I palestinesi residenti a Susiya hanno lanciato una campagna per salvare il loro villaggio dai bulldozer israeliani, a cui è possibile aderire firmando la lettera a questo link: http://bit.ly/Letters4Susiya
Proprio alla fine di questo mese, dal nord, dagli stessi territori dove i volontari si son recati per una decina di giorni durante la raccolta delle olive, arriva una notizia molto amara. Nel distretto di Nablus, giovedì 30 novembre un palestinese, Mahmoud Oudeh, è stato ucciso a colpi d’arma da fuoco da coloni israeliani mentre lavorava la propria terra vicino al villaggio di Qasra.

CONDIVISIONE, LAVORO E NOVITA' SUI VOLONTARI

Novembre ha visto l’equipe di Operazione Colomba ad At-Tuwani aumentare con l’arrivo di un altro volontario, portando il numero complessivo a 6.

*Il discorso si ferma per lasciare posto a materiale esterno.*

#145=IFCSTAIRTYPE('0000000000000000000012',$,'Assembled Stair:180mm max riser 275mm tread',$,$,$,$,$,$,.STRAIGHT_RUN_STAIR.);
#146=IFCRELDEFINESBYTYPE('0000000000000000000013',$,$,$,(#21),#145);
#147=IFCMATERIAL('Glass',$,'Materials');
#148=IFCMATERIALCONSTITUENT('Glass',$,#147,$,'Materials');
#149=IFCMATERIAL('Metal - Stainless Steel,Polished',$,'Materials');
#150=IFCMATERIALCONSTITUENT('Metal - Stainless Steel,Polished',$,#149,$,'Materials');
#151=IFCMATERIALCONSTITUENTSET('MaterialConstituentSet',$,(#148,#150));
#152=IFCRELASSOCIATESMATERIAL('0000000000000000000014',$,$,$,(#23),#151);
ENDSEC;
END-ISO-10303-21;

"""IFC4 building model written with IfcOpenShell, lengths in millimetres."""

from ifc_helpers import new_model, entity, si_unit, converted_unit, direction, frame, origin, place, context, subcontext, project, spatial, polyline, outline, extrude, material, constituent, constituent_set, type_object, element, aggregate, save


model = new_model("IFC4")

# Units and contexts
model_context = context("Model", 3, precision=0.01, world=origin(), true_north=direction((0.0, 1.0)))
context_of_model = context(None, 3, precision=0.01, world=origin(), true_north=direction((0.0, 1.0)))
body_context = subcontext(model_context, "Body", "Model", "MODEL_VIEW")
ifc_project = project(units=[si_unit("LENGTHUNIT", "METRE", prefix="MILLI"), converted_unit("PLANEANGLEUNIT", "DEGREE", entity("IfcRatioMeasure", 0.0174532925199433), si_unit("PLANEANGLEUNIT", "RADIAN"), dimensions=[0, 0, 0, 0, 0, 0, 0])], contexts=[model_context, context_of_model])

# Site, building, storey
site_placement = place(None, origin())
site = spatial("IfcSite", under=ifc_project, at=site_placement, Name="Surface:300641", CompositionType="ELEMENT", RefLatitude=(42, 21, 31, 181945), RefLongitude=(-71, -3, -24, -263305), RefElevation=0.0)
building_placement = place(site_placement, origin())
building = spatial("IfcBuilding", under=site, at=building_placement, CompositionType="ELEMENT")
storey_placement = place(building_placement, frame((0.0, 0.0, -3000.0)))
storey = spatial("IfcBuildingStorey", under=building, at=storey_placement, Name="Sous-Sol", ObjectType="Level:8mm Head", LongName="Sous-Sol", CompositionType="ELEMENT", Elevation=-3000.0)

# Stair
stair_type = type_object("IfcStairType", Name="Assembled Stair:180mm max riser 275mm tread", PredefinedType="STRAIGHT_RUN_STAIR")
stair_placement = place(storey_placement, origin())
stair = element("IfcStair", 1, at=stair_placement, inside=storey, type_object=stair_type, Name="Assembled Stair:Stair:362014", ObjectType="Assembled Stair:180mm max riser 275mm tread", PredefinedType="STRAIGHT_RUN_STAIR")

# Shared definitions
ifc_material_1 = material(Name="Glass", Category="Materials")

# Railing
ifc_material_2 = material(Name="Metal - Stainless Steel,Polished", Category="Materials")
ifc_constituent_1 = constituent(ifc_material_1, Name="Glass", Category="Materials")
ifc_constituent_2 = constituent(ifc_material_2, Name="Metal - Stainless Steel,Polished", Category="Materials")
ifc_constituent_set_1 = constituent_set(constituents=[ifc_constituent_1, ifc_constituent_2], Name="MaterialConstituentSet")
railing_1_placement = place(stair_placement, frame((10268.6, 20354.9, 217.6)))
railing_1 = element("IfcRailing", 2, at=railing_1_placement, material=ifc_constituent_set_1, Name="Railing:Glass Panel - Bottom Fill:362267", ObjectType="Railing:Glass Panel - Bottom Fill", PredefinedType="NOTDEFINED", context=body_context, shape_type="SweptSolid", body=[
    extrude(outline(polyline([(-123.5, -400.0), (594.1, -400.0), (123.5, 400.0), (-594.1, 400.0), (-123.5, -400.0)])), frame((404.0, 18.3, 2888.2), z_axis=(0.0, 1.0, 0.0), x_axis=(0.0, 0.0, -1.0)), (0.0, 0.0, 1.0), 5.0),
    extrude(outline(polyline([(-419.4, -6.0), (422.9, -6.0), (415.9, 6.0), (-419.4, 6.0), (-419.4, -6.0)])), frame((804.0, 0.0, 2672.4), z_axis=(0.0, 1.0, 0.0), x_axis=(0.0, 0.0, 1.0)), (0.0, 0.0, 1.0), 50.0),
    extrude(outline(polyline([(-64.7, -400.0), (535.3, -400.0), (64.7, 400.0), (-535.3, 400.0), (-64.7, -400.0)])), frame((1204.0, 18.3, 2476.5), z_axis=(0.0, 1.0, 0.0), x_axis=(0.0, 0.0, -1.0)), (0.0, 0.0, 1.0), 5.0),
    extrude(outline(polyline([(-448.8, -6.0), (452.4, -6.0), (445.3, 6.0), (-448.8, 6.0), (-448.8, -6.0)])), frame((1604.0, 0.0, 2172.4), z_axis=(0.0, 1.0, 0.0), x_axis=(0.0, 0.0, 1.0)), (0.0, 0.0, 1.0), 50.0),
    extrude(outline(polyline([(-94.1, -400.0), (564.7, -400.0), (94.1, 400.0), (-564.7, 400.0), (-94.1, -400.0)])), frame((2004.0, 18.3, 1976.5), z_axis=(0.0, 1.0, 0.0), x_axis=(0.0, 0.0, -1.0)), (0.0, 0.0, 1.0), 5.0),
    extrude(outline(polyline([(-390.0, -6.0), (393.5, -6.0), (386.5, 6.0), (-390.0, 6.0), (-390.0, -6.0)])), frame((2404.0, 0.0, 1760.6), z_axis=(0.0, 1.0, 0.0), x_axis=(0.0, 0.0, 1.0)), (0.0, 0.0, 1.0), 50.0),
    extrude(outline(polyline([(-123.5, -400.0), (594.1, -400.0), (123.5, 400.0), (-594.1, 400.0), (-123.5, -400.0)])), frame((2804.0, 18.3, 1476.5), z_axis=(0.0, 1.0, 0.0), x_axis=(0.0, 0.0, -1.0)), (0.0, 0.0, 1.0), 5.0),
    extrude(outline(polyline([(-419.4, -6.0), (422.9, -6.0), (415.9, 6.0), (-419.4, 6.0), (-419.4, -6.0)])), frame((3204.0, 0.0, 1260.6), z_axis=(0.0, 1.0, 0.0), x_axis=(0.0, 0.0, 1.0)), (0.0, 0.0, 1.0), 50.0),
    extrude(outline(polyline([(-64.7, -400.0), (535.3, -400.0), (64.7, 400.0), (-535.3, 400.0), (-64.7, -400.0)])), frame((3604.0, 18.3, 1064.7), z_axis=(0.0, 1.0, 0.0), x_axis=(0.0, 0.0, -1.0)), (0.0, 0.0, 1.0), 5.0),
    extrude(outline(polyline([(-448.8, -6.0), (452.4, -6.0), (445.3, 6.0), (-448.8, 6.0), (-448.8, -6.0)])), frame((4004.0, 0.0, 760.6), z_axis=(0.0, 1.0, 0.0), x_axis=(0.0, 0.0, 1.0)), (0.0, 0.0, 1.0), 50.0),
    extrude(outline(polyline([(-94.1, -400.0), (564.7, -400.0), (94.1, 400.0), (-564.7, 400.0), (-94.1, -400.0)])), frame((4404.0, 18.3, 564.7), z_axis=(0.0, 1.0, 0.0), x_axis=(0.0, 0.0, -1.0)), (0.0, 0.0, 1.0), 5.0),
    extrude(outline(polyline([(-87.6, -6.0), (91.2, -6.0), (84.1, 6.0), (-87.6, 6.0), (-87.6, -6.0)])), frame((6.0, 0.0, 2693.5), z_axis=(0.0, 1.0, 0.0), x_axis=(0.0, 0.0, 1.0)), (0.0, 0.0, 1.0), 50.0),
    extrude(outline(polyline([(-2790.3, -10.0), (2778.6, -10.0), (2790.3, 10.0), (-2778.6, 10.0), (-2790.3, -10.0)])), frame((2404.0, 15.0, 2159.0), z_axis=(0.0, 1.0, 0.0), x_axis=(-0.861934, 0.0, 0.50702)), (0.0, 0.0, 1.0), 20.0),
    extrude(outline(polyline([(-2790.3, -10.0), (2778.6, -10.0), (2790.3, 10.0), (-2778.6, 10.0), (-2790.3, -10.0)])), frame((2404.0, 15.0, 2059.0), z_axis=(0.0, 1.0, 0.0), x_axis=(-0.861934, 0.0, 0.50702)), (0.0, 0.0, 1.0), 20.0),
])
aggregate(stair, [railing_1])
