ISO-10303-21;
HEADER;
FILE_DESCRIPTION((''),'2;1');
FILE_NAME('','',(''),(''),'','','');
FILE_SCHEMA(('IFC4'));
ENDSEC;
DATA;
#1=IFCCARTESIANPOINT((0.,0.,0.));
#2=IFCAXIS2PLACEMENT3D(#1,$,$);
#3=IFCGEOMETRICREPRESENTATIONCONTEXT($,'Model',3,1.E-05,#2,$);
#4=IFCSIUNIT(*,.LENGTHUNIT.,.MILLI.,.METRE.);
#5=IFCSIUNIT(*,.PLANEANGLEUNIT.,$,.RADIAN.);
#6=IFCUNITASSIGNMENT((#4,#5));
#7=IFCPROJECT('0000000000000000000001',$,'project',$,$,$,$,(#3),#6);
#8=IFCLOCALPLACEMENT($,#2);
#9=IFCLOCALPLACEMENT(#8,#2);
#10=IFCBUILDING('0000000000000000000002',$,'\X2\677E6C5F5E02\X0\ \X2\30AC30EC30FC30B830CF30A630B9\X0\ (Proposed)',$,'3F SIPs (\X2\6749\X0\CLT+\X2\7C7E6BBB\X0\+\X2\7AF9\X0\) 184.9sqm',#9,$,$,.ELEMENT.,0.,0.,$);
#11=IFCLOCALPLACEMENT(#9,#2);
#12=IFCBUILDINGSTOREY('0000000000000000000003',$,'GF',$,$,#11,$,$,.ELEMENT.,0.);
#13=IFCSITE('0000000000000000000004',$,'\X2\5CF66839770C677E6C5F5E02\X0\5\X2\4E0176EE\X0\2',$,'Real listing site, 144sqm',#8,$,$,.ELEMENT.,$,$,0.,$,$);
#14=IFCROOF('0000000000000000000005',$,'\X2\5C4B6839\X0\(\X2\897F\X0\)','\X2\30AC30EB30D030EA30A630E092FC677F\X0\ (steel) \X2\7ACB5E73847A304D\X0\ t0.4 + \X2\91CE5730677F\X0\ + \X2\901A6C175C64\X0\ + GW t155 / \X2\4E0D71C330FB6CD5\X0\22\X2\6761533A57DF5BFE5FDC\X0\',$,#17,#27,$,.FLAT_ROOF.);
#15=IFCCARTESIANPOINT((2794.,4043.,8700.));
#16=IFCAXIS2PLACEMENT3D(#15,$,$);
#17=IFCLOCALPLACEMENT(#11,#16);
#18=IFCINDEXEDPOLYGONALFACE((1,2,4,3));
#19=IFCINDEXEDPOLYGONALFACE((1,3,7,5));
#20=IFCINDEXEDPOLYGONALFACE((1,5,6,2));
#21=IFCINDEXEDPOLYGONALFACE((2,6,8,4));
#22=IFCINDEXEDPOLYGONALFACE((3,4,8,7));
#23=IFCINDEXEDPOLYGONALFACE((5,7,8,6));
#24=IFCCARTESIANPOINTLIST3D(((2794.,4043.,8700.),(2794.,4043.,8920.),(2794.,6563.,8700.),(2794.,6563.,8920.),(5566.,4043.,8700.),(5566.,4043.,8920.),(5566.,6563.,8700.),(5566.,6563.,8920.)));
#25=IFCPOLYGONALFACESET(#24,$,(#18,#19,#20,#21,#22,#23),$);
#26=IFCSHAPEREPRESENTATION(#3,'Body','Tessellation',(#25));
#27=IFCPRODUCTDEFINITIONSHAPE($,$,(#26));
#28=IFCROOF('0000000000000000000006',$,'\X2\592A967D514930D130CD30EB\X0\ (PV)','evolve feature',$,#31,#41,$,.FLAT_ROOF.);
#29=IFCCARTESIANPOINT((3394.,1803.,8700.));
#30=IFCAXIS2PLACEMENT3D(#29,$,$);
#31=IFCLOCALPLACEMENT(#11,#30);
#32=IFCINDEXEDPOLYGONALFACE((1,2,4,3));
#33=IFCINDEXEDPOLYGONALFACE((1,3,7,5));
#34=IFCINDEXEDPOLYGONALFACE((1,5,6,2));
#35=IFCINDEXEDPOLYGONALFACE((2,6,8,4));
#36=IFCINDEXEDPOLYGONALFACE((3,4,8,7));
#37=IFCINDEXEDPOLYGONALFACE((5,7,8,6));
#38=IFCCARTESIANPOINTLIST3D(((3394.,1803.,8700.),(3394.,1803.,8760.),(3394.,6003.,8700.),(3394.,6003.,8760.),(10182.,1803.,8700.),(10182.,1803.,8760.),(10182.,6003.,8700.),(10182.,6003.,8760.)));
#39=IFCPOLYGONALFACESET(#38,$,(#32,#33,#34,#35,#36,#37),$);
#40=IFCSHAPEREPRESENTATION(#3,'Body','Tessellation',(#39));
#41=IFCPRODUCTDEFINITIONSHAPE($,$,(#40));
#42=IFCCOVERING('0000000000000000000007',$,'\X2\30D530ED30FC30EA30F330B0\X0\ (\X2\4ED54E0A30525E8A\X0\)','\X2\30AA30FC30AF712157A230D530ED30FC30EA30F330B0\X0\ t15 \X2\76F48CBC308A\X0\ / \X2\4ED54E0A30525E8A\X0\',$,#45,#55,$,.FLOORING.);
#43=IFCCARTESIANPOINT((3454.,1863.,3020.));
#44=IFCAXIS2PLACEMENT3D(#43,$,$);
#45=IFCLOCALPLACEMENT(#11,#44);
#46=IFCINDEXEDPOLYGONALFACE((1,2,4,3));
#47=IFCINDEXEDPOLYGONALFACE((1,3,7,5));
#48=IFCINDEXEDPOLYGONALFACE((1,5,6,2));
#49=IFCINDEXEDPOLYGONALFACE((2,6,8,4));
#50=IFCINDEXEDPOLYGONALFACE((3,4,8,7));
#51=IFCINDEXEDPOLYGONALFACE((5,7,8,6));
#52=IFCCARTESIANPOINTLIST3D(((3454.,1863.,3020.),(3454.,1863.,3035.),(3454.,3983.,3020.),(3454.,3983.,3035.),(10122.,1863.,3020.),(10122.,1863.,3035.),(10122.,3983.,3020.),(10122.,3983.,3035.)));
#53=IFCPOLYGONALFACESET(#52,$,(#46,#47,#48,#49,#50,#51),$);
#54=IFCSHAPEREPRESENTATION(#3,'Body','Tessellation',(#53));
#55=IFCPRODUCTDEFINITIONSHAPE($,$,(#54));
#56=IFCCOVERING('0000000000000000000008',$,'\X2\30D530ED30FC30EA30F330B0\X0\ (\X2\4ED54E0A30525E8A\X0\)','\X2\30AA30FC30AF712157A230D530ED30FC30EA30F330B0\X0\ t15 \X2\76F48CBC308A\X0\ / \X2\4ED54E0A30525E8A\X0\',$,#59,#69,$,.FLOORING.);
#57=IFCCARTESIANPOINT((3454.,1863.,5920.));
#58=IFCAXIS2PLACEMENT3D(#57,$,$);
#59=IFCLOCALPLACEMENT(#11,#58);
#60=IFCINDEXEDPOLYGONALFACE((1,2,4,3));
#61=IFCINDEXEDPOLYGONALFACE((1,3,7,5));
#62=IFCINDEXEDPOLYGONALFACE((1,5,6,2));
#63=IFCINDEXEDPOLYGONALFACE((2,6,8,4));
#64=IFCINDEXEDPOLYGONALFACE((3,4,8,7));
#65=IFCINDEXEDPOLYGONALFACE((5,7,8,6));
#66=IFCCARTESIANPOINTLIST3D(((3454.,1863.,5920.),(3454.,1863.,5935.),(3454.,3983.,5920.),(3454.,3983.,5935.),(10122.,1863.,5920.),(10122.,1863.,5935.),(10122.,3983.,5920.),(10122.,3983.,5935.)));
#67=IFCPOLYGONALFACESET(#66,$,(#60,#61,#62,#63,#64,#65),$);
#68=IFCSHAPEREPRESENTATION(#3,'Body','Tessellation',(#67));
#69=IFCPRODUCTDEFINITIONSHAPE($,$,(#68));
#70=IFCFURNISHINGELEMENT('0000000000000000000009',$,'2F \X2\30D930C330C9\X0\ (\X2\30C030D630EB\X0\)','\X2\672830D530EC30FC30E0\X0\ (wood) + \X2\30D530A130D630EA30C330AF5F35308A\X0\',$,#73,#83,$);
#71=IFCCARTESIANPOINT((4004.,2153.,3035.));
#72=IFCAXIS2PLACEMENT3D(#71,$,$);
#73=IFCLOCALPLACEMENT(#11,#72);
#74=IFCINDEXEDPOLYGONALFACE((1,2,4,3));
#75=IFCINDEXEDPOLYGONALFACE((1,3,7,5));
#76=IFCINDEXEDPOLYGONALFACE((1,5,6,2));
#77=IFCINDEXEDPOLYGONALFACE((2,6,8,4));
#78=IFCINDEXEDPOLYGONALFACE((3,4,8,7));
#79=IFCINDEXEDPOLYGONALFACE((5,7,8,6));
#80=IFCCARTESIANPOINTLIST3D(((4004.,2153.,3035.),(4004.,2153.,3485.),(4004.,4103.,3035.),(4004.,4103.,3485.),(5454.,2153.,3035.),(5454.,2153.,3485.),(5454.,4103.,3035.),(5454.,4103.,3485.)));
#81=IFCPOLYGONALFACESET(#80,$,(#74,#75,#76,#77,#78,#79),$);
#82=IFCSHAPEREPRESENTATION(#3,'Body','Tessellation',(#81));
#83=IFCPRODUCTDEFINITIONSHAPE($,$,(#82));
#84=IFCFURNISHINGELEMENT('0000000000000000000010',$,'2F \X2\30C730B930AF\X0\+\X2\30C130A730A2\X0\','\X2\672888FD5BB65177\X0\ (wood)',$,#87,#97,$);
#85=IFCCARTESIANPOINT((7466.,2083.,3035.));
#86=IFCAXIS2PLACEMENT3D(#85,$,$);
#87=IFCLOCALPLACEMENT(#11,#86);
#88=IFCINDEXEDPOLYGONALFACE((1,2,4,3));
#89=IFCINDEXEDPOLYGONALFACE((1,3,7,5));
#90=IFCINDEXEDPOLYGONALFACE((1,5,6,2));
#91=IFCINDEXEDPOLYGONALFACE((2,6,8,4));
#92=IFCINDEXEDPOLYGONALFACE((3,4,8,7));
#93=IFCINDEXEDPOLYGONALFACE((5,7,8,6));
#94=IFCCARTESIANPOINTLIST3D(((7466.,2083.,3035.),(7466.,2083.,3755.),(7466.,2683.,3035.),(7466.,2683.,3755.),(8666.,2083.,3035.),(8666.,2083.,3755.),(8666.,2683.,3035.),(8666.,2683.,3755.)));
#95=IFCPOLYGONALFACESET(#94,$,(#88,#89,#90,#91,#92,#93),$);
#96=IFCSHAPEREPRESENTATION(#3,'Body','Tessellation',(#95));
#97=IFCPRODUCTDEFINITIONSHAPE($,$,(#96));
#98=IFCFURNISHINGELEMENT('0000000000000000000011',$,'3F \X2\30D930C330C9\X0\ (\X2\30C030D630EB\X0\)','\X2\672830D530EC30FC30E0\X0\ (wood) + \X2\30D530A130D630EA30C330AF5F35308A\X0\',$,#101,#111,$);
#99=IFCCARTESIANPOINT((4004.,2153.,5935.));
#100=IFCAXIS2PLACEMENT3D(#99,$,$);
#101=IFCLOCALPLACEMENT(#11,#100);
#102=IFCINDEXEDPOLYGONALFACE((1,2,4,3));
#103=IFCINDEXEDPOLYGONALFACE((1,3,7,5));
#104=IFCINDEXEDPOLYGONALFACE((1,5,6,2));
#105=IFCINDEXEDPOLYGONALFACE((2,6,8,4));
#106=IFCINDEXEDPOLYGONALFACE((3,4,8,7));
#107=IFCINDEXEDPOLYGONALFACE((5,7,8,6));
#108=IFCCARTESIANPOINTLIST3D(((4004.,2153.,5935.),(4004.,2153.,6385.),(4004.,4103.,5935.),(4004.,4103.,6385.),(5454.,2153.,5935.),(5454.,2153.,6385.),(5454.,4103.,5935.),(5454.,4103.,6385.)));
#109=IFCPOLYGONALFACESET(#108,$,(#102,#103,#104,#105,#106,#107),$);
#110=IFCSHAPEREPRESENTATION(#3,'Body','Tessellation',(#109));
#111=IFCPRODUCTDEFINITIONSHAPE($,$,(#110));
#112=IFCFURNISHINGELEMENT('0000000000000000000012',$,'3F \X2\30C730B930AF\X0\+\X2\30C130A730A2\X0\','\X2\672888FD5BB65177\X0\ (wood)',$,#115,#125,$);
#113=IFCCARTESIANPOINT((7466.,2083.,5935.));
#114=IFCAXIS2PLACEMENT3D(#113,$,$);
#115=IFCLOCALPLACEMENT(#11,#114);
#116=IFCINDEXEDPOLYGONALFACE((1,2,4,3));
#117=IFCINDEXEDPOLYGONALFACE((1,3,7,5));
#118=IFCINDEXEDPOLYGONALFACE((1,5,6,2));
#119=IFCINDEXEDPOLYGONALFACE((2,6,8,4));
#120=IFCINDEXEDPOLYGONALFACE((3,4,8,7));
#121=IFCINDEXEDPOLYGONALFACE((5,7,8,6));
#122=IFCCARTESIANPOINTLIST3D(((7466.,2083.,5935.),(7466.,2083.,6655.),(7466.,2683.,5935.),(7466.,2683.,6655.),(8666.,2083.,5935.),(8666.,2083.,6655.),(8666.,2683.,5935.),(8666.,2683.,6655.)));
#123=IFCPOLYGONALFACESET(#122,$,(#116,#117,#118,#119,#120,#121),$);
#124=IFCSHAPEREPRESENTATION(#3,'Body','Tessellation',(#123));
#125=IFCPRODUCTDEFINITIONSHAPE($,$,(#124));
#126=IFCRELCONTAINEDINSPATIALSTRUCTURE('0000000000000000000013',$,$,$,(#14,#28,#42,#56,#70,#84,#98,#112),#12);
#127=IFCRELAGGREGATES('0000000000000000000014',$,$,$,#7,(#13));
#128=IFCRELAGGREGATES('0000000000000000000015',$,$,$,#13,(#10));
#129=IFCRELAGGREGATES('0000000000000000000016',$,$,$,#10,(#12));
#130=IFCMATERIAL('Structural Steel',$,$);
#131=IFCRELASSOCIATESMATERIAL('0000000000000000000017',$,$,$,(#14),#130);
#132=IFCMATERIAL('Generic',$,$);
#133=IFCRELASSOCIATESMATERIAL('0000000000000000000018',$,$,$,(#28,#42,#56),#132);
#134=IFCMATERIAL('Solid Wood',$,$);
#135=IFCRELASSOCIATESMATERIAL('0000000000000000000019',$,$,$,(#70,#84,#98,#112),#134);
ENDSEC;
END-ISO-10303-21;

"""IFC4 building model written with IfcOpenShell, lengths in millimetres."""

from ifc_helpers import new_model, si_unit, frame, frame_2d, origin, place, context, project, spatial, rectangle, extrude, material, element, save


model = new_model("IFC4")

# Units and contexts
model_context = context("Model", 3, precision=1e-05, world=origin())
ifc_project = project(units=[si_unit("LENGTHUNIT", "METRE", prefix="MILLI"), si_unit("PLANEANGLEUNIT", "RADIAN")], contexts=[model_context])

# Site, building, storey
site_placement = place(None, origin())
site = spatial("IfcSite", under=ifc_project, at=site_placement, Name="島根県松江市5丁目2", ObjectType="Real listing site, 144sqm", CompositionType="ELEMENT", RefElevation=0.0)
building_placement = place(site_placement, origin())
building = spatial("IfcBuilding", under=site, at=building_placement, Name="松江市 ガレージハウス (Proposed)", ObjectType="3F SIPs (杉CLT+籾殻+竹) 184.9sqm", CompositionType="ELEMENT", ElevationOfRefHeight=0.0, ElevationOfTerrain=0.0)
storey_placement = place(building_placement, origin())
storey = spatial("IfcBuildingStorey", under=building, at=storey_placement, Name="GF", CompositionType="ELEMENT", Elevation=0.0)

# Shared definitions
ifc_material_1 = material(Name="Solid Wood")

# Roofs
ifc_material_2 = material(Name="Structural Steel")
roof_1_placement = place(storey_placement, frame((2794.0, 4043.0, 8700.0)))
element("IfcRoof", 1, at=roof_1_placement, inside=storey, material=ifc_material_2, Name="屋根(西)", Description="ガルバリウム鋼板 (steel) 立平葺き t0.4 + 野地板 + 通気層 + GW t155 / 不燃・法22条区域対応", PredefinedType="FLAT_ROOF", context=model_context, shape_type="SweptSolid", body=[
    extrude(rectangle(XDim=2772.0, YDim=2520.0, at=frame_2d((1386.0, 1260.0))), frame((2794.0, 4043.0, 8700.0)), (0.0, 0.0, 1.0), 220.0),
])
ifc_material_3 = material(Name="Generic")
roof_2_placement = place(storey_placement, frame((3394.0, 1803.0, 8700.0)))
element("IfcRoof", 2, at=roof_2_placement, inside=storey, material=ifc_material_3, Name="太陽光パネル (PV)", Description="evolve feature", PredefinedType="FLAT_ROOF", context=model_context, shape_type="SweptSolid", body=[
    extrude(rectangle(XDim=6788.0, YDim=4200.0, at=frame_2d((3394.0, 2100.0))), frame((3394.0, 1803.0, 8700.0)), (0.0, 0.0, 1.0), 60.0),
])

I volontari hanno potuto riscontrare personalmente l'intensificarsi dell'attività di stop working e demolizione da parte delle autorità israeliane nei confronti dei palestinesi, anche quando si sono recati in visita alle famiglie del vicino villaggio di Khallet Athaba: qui il mese scorso sono stati consegnati ben sette ordini di stop working e uno di demolizione.
Il gruppo ha inoltre effettuato un giro della Firing Zone 918, visitando molti dei villaggi che si trovano entro i suoi confini e su cui da tempo pende una minaccia di demolizione. Lo scopo del viaggio è stato soprattutto quello di documentare le chiusure che l’esercito israeliano ha eseguito a più riprese durante questo mese su ogni singolo accesso alla Firing Zone. Questo per le popolazioni dei villaggi coinvolti ha significato non avere la possibilità di muoversi sulle proprie strade, di spostarsi all’interno dell’area, di entrarne o di uscirne.
Il 22 novembre giunge infine una notizia da uno di questi villaggi, Halawe: l’Amministrazione Civile israeliana ha demolito una tenda di una famiglia palestinese.
Novembre è stato anche un mese che ha visto molto impegnati i contadini palestinesi nella semina, e con loro i volontari ad accompagnarli, specialmente negli appezzamenti più vicini alle colonie e agli avamposti israeliani.
Tanto è emozionante vedere gli aratri palestinesi rivoltare la terra che appartiene loro, a testa alta di fronte a un’occupazione che vuole impedirglielo, tanto è spiacevole quando poi quest’attività viene disturbata; è successo il 24 novembre nella valle di Meshaha vicino ad At-Tuwani, per esempio, quando dei coloni a volto coperto hanno attaccato con l’uso di pietre e di aggressioni ravvicinate i palestinesi che aravano, costringendoli ad abbandonare il loro lavoro.
Durante tutto il mese il gruppo ha seguito gli sviluppi delle vicende di Susiya e l’esito della decisione della High Court israeliana, partecipando alla marcia dei bambini che si è tenuta per protesta contro le decisioni del Governo Israeliano e ad incontri tra varie associazioni che supportano la causa per rispondere attivamente alle minacce di demolizione.